Jorge Franz, VP of Tourism and International Group Sales for the Greater Houston Convention & Visitors Authority

“Most clinics in this business will have a department for travel. But this business is complicated,” said Ted Cromwell, president of Travel Professionals, a travel company out of Chicago that has started playing a part in this growing field. “When it comes to medical tourism, the patients should be leaving the travel arrangements to someone who be responsible for what happens – not to Orbitz or b. There are all sorts of things that can go wrong and these can be very serious if someone is sick or has just had surgery. The patient has to have a certain seat, a certain type of transfer, or may not even be allowed to return on the same airline if they are ill. Where is the hotel? Is it set up for wheelchairs? You need to have it all set up properly and the patient or client needs to have someone to call when something goes wrong.” 

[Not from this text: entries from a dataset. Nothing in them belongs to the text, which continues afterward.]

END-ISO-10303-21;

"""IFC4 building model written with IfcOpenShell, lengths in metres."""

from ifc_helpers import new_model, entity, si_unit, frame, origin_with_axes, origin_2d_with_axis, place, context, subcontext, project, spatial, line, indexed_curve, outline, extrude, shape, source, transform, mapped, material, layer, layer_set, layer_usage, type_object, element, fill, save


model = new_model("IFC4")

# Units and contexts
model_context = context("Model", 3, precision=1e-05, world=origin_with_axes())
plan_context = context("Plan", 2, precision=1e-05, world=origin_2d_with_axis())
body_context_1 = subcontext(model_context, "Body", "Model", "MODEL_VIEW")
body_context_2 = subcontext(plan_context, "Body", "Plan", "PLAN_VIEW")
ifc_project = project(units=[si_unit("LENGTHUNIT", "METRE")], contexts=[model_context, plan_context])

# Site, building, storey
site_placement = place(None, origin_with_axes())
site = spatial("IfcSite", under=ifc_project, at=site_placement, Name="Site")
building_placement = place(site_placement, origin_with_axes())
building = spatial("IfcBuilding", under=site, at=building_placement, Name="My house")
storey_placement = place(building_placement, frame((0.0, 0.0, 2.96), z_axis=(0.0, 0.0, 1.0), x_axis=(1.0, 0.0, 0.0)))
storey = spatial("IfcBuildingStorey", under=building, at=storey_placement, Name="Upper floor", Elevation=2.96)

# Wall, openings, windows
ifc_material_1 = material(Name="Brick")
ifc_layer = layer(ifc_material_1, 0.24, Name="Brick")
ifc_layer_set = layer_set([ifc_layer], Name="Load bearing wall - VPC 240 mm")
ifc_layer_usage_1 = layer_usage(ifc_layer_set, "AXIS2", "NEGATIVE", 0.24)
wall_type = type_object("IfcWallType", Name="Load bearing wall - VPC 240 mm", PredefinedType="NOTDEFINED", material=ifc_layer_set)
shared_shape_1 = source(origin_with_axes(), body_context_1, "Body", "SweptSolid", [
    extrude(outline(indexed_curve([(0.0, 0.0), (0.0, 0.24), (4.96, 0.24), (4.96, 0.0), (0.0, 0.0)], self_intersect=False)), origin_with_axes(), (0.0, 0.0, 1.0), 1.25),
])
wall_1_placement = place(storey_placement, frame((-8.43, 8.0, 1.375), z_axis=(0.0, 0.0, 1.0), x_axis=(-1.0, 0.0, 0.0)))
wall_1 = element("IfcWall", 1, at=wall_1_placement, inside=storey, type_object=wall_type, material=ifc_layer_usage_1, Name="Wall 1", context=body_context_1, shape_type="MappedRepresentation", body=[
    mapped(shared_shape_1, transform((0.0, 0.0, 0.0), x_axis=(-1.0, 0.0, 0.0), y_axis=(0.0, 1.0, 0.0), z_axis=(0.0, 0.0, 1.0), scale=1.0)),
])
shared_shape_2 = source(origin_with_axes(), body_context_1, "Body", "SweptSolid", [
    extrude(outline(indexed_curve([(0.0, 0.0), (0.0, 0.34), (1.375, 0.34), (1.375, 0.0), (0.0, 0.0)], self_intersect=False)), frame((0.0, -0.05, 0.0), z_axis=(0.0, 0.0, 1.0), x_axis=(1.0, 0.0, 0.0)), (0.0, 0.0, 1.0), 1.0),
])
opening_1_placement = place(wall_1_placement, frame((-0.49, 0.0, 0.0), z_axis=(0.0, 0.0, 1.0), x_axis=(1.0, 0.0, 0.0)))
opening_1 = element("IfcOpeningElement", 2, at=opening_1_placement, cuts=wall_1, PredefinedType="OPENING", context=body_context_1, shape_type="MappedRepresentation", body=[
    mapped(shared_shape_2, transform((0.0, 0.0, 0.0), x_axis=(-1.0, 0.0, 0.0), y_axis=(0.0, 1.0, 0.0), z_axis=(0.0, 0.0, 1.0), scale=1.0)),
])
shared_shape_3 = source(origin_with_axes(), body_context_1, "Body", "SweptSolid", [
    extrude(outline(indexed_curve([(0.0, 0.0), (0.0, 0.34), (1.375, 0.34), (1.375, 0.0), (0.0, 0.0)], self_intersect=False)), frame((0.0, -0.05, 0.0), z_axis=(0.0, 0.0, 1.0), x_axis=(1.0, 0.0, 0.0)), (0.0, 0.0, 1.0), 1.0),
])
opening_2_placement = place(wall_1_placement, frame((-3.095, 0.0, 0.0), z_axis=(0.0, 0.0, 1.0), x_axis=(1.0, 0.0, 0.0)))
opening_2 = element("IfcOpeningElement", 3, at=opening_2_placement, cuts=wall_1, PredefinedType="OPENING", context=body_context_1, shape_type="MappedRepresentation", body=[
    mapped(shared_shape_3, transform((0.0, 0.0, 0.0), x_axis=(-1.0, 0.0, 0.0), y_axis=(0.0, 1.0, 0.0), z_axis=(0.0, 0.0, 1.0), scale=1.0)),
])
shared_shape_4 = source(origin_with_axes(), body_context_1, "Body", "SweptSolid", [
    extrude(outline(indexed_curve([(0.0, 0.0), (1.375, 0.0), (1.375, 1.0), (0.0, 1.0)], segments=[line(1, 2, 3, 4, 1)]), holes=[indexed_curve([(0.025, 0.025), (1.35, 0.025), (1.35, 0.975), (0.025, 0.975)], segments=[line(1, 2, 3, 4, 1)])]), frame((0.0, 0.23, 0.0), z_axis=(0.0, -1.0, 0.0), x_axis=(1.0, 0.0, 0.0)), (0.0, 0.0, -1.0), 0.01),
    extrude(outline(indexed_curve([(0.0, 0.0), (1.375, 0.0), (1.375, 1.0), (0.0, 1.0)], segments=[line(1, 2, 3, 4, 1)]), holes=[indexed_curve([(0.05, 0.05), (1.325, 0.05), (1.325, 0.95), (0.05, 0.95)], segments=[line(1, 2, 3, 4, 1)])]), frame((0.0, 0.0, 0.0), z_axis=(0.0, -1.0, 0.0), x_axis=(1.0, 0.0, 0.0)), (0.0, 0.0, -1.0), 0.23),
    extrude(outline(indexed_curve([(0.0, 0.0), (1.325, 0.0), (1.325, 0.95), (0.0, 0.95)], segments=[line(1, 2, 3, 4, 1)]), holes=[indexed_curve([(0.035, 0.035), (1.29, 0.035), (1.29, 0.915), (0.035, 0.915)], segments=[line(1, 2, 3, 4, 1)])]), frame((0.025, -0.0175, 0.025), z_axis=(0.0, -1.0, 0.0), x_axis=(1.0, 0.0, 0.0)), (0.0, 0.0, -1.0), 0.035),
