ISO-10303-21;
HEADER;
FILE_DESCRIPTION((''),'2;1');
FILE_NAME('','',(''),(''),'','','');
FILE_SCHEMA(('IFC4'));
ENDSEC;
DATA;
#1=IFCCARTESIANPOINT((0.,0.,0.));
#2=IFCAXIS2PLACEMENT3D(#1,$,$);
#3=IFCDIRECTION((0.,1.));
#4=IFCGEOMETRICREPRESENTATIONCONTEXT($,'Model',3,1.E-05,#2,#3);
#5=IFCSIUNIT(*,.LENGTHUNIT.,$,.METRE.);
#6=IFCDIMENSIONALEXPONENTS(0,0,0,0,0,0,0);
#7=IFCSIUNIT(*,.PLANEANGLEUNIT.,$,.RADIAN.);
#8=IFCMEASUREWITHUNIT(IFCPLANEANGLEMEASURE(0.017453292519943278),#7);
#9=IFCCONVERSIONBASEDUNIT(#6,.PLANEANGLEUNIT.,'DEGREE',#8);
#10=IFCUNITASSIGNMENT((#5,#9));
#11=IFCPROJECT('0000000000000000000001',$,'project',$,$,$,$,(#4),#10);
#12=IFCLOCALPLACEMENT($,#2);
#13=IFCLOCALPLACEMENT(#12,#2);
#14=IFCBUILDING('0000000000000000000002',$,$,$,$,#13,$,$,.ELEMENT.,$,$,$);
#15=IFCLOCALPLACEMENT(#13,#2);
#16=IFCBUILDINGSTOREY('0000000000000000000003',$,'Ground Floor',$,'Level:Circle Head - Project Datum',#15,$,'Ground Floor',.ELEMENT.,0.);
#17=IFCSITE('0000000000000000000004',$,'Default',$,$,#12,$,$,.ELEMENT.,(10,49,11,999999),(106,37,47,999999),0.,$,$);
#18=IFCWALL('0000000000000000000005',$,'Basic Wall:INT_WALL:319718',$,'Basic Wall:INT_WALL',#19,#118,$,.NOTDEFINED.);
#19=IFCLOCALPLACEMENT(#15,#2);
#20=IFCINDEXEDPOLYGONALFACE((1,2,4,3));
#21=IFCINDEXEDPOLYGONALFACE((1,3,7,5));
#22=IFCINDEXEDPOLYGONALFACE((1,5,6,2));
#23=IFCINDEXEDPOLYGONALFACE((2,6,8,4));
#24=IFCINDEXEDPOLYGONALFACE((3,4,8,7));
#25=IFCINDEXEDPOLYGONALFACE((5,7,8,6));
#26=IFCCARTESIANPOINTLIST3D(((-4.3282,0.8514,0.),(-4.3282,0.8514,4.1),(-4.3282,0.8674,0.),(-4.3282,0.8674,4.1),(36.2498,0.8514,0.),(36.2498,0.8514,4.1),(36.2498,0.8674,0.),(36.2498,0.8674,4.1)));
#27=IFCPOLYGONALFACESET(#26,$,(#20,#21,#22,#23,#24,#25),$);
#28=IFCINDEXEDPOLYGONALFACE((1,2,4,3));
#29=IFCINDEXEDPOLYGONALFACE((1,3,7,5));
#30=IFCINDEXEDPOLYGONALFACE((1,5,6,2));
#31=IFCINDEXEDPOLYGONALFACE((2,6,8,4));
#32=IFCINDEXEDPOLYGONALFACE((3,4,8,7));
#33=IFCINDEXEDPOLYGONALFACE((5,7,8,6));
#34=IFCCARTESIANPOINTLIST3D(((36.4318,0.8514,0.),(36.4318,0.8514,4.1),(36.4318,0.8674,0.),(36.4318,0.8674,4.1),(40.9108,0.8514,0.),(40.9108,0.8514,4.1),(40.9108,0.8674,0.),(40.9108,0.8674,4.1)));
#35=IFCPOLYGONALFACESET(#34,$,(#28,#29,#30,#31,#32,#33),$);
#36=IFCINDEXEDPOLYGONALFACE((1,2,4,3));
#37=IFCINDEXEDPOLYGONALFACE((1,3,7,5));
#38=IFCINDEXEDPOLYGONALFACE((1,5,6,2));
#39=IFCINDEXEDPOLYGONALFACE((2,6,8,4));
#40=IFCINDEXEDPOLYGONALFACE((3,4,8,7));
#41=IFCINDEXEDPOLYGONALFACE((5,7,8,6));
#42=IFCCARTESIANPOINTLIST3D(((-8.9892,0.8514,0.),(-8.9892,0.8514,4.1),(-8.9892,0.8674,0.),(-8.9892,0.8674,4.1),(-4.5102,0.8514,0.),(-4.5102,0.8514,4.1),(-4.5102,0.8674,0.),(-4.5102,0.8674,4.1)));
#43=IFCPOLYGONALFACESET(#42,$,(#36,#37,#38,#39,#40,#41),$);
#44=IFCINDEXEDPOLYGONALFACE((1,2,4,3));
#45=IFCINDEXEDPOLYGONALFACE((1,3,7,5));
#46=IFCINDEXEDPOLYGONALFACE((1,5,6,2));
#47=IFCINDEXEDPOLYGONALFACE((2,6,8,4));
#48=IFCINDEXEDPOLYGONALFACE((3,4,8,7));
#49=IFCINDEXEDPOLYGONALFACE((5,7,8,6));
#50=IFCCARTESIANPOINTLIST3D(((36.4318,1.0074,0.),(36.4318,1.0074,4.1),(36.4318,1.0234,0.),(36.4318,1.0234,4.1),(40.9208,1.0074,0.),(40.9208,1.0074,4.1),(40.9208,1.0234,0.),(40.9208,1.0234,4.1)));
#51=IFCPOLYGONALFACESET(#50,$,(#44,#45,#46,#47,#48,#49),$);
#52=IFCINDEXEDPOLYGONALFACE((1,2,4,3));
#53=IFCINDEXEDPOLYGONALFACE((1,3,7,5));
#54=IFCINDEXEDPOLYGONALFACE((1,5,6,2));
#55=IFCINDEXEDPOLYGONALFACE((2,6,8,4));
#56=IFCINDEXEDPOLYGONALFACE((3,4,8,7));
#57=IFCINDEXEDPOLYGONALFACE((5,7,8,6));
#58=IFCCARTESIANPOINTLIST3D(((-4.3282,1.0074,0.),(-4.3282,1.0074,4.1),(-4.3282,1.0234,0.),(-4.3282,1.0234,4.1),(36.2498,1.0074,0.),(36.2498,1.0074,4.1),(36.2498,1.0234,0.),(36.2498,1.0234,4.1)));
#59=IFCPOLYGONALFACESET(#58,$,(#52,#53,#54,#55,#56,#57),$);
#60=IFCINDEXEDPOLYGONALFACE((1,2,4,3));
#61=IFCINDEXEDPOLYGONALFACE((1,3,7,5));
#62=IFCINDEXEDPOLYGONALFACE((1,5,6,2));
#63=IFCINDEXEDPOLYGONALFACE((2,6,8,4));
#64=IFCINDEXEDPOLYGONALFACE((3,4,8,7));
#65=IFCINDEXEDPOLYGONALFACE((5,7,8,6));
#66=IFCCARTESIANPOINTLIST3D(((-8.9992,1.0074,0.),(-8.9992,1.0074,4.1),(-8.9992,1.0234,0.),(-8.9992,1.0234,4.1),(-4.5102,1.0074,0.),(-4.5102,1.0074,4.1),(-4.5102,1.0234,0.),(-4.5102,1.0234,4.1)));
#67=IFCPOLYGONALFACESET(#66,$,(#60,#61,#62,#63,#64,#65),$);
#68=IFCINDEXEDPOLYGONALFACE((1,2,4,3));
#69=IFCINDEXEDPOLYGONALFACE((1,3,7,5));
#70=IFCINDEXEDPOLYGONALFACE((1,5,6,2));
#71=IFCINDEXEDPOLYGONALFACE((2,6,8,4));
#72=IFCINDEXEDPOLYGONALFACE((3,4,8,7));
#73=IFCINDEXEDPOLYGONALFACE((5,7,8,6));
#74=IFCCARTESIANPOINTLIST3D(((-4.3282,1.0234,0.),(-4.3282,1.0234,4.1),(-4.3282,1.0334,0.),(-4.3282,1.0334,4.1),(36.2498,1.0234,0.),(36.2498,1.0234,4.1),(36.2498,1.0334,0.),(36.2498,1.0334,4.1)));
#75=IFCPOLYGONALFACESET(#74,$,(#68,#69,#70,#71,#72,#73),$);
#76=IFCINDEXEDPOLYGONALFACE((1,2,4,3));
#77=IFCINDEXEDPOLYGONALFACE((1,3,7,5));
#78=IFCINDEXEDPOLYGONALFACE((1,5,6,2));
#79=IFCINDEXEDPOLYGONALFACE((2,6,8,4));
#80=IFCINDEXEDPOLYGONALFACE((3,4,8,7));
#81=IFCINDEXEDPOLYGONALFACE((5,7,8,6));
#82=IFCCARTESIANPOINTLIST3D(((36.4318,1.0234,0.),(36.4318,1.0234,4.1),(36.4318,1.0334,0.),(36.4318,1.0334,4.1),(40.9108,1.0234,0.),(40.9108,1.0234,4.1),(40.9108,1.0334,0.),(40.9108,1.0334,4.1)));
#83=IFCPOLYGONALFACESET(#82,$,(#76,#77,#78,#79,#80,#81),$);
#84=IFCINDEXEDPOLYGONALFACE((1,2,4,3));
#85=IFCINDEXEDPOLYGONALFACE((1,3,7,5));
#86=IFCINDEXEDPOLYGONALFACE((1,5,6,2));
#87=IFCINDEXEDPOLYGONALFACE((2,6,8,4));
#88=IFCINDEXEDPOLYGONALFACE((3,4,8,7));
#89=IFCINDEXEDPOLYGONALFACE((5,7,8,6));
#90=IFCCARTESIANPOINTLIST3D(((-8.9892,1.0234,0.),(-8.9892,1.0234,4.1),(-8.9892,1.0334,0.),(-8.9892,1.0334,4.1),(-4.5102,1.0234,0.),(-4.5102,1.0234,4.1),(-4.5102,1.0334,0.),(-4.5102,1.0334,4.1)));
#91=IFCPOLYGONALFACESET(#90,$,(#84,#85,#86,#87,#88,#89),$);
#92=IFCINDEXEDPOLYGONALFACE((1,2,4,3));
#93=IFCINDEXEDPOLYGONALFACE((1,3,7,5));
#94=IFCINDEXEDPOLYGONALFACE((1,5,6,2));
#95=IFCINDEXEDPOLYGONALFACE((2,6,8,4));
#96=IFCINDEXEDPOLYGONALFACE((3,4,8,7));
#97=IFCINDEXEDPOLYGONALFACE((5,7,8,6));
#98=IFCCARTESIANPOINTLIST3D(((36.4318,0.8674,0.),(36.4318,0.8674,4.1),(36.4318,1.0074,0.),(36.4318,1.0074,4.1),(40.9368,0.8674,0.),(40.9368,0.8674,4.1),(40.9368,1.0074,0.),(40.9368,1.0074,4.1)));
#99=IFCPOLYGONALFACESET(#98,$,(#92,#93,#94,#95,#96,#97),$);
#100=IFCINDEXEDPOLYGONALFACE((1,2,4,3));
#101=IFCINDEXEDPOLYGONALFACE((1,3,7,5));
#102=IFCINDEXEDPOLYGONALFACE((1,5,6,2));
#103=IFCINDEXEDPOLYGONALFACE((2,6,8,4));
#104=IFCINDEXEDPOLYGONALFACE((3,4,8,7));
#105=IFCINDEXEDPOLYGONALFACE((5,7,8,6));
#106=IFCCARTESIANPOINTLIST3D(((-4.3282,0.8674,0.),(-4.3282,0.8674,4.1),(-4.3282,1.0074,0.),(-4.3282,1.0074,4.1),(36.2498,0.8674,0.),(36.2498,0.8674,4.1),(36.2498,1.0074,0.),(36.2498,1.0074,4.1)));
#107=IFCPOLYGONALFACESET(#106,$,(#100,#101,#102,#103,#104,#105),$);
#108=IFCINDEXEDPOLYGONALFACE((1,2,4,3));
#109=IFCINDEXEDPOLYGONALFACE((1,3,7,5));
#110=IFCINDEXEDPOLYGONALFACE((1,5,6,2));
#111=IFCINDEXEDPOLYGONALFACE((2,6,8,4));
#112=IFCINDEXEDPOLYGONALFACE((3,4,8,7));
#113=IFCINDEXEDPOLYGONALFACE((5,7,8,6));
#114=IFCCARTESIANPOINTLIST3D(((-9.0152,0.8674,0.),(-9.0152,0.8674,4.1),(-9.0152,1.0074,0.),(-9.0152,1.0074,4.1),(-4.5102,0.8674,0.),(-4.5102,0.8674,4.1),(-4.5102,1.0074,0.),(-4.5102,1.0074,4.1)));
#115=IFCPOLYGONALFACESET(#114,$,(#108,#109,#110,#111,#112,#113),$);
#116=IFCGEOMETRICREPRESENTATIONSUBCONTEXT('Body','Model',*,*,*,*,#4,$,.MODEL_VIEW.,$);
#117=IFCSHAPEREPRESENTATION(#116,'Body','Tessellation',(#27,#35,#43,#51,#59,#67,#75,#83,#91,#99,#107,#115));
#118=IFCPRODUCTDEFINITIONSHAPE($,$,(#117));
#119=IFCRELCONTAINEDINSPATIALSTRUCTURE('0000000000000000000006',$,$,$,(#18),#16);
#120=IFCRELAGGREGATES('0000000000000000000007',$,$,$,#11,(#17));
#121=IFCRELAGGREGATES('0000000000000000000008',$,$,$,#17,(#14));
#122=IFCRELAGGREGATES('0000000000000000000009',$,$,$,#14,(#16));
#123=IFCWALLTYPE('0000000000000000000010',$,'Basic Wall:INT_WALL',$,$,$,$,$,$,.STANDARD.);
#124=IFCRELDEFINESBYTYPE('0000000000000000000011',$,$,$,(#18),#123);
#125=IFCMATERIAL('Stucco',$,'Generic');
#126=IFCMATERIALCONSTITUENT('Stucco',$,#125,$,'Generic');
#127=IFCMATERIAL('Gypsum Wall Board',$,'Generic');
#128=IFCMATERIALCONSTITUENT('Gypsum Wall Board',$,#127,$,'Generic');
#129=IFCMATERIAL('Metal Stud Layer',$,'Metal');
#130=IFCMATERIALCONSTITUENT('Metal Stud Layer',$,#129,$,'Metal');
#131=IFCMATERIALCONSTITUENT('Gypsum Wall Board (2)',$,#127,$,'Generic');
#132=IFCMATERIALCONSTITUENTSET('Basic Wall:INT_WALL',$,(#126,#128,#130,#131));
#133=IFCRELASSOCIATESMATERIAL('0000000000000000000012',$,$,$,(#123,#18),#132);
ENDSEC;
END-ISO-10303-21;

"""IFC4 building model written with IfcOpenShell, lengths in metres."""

from ifc_helpers import new_model, entity, si_unit, converted_unit, direction, frame, origin, place, context, subcontext, project, spatial, indexed_curve, outline, extrude, material, constituent, constituent_set, type_object, element, save


model = new_model("IFC4")

# Units and contexts
model_context = context("Model", 3, precision=1e-05, world=origin(), true_north=direction((0.0, 1.0)))
body_context = subcontext(model_context, "Body", "Model", "MODEL_VIEW")
ifc_project = project(units=[si_unit("LENGTHUNIT", "METRE"), converted_unit("PLANEANGLEUNIT", "DEGREE", entity("IfcPlaneAngleMeasure", 0.017453292519943278), si_unit("PLANEANGLEUNIT", "RADIAN"), dimensions=[0, 0, 0, 0, 0, 0, 0])], contexts=[model_context])

# Site, building, storey
site_placement = place(None, origin())
site = spatial("IfcSite", under=ifc_project, at=site_placement, Name="Default", CompositionType="ELEMENT", RefLatitude=(10, 49, 11, 999999), RefLongitude=(106, 37, 47, 999999), RefElevation=0.0)
building_placement = place(site_placement, origin())
building = spatial("IfcBuilding", under=site, at=building_placement, CompositionType="ELEMENT")
storey_placement = place(building_placement, origin())
storey = spatial("IfcBuildingStorey", under=building, at=storey_placement, Name="Ground Floor", ObjectType="Level:Circle Head - Project Datum", LongName="Ground Floor", CompositionType="ELEMENT", Elevation=0.0)

# Shared definitions
ifc_material_1 = material(Name="Stucco", Category="Generic")
ifc_material_2 = material(Name="Gypsum Wall Board", Category="Generic")
ifc_material_3 = material(Name="Metal Stud Layer", Category="Metal")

Some travel agents have seen a great opportunity in setting up travel for patients and have turned into facilitators specializing in a certain hospital or destination. Thailand Medical Travel & Tourism in San Diego, run by Cherie and Kiki Bright, is one such agency, providing seamless travel and tour arrangements for people scheduling medical procedures in Bangkok and Phuket

Other agents make a complete business of becoming a medical tourism operator by finding hospitals, vetting doctors, choosing resorts, providing transport and taking care of patient concerns from start to finish. That is the case with FaceLiftMexico.com, an agency in Stuart, FL that has been marrying U.S. travel clients with cosmetic surgery performed in San Miguel Allende, Mexico since 1994. 

“This is what we do,” said Pat Marino, president and founder. “We have the flights, we know the hospitals and the doctors and what the surgeries entail. We set up the patient in a spa resort so they are relaxed and comfortable. And it is all at a fraction of the cost for what you would have to pay here— 90 minutes from Houston by air.”

Because the field is so new, the layers of liability have yet to be tested. There is no legal or overseeing body for “facilitators,” although there are certification standards set by the Medical Tourism Association. Disclaimers and waivers run rife through the contracts with an emphasis on caveat emptor. 

“Clients have a choice and we give them plenty of options. But in the end they choose to have the surgery or treatment done at this hospital in this country. We give them the information but they make the choice,” said Marino. 

Providers: Hospitals and clinics capable of managing anything from capped teeth to new organs are marketing their specialties to facilitators and insurance companies with tradeshow fanfare. A walk around the conference floor brings options for IVF fertility treatments with an 85 percent success rate at a clinic in Barbados for $6,000, or a hospital in India that can perform heart by-pass surgery for $20,000 instead of $120,000. U.S insurance companies are checking the possibilities of outsourcing some of these expensive procedures to offshore hospitals to save in the costs of some critical and horrendously expensive procedures. A hospital CEO from Puerto Rico tabs U.S. labor costs as the culprit and claims his hospital, close by and in an American territory with U.S. Board-certified physicians, can offer the surgeries in demand for a tenth of what they would cost on the mainland. 

“It’s wide open and travel professionals have to find their way in, although I don’t think I would want to be a facilitator,” said Cromwell. “That could be a big headache. But I do think people who are planning these treatments often have a lot of disposable income and should use a travel agent. And facilitators should use travel agents. Hospitals are in the business of healthcare, not travel, and should not be handling these arrangements either. Travel agents should be able to find a way to serve these avenues as support.”